··· Recorded information ···

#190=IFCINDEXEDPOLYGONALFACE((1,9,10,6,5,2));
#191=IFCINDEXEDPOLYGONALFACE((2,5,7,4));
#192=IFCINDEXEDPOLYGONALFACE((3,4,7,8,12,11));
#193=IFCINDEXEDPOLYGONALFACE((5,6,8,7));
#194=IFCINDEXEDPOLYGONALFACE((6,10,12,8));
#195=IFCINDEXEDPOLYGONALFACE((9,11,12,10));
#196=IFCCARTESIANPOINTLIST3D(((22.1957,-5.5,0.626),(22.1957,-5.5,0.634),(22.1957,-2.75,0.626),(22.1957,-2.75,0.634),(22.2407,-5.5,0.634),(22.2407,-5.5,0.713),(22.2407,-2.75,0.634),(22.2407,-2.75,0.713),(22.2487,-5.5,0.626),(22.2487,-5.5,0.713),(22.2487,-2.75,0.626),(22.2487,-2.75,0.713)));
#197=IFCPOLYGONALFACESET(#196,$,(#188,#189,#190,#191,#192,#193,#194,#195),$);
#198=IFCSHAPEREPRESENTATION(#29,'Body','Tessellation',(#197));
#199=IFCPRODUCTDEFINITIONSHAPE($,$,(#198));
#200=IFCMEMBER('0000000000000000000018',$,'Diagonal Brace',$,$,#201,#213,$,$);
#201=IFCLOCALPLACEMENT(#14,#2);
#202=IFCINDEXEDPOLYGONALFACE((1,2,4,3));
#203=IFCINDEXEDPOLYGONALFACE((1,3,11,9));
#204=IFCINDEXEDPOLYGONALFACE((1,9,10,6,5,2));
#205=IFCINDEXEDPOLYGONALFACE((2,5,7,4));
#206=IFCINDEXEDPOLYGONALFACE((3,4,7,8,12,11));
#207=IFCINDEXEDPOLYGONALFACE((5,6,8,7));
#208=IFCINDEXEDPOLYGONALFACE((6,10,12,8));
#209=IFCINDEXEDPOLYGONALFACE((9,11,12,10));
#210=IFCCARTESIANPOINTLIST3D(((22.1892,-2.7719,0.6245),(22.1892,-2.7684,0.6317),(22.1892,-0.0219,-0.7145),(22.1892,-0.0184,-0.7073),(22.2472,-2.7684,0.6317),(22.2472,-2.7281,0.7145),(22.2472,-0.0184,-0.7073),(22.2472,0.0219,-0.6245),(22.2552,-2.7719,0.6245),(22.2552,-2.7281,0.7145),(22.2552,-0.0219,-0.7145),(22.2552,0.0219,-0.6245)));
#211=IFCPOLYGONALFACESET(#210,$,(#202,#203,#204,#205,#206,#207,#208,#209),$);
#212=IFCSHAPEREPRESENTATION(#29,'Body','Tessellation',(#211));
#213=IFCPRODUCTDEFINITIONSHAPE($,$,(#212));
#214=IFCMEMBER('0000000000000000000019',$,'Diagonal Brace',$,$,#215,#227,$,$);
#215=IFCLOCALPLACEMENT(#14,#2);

···

§ Activity:
Among the entries above, which lines include "IFCLOCALPLACEMENT"? List them all.

§ Output below:
#201=IFCLOCALPLACEMENT(#14,#2);
#215=IFCLOCALPLACEMENT(#14,#2);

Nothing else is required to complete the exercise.